* **Work task**
Using the word "Storage" as the filter, copy each matching line from the records.
== Input ==
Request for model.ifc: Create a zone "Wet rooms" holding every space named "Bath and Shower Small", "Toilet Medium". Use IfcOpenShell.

First a look at what the model holds.

```python
import ifcopenshell

model = ifcopenshell.open("model.ifc")
print(model.schema)
seen = {}
for space in model.by_type("IfcSpace"):
    seen[space.LongName] = seen.get(space.LongName, 0) + 1
for name, count in sorted(seen.items(), key=str):
    print(count, "x", name)
print("zones:", [z.Name for z in model.by_type("IfcZone")][:20])
```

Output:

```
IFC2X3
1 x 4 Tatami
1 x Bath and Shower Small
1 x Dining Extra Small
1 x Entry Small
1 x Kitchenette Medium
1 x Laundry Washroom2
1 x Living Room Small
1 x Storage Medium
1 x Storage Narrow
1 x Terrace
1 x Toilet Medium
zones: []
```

```python
import ifcopenshell
import ifcopenshell.api.group
import ifcopenshell.api.root

model = ifcopenshell.open("model.ifc")

names = {"Bath and Shower Small", "Toilet Medium"}
spaces = [s for s in model.by_type("IfcSpace") if s.LongName in names]

zone = ifcopenshell.api.root.create_entity(model, ifc_class="IfcZone", name="Wet rooms")
ifcopenshell.api.group.assign_group(model, products=spaces, group=zone)
print(len(spaces), "spaces in", zone.Name)

model.write("model_edited.ifc")
```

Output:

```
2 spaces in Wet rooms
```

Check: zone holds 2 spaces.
===
* **Solution**
1 x Storage Medium
1 x Storage Narrow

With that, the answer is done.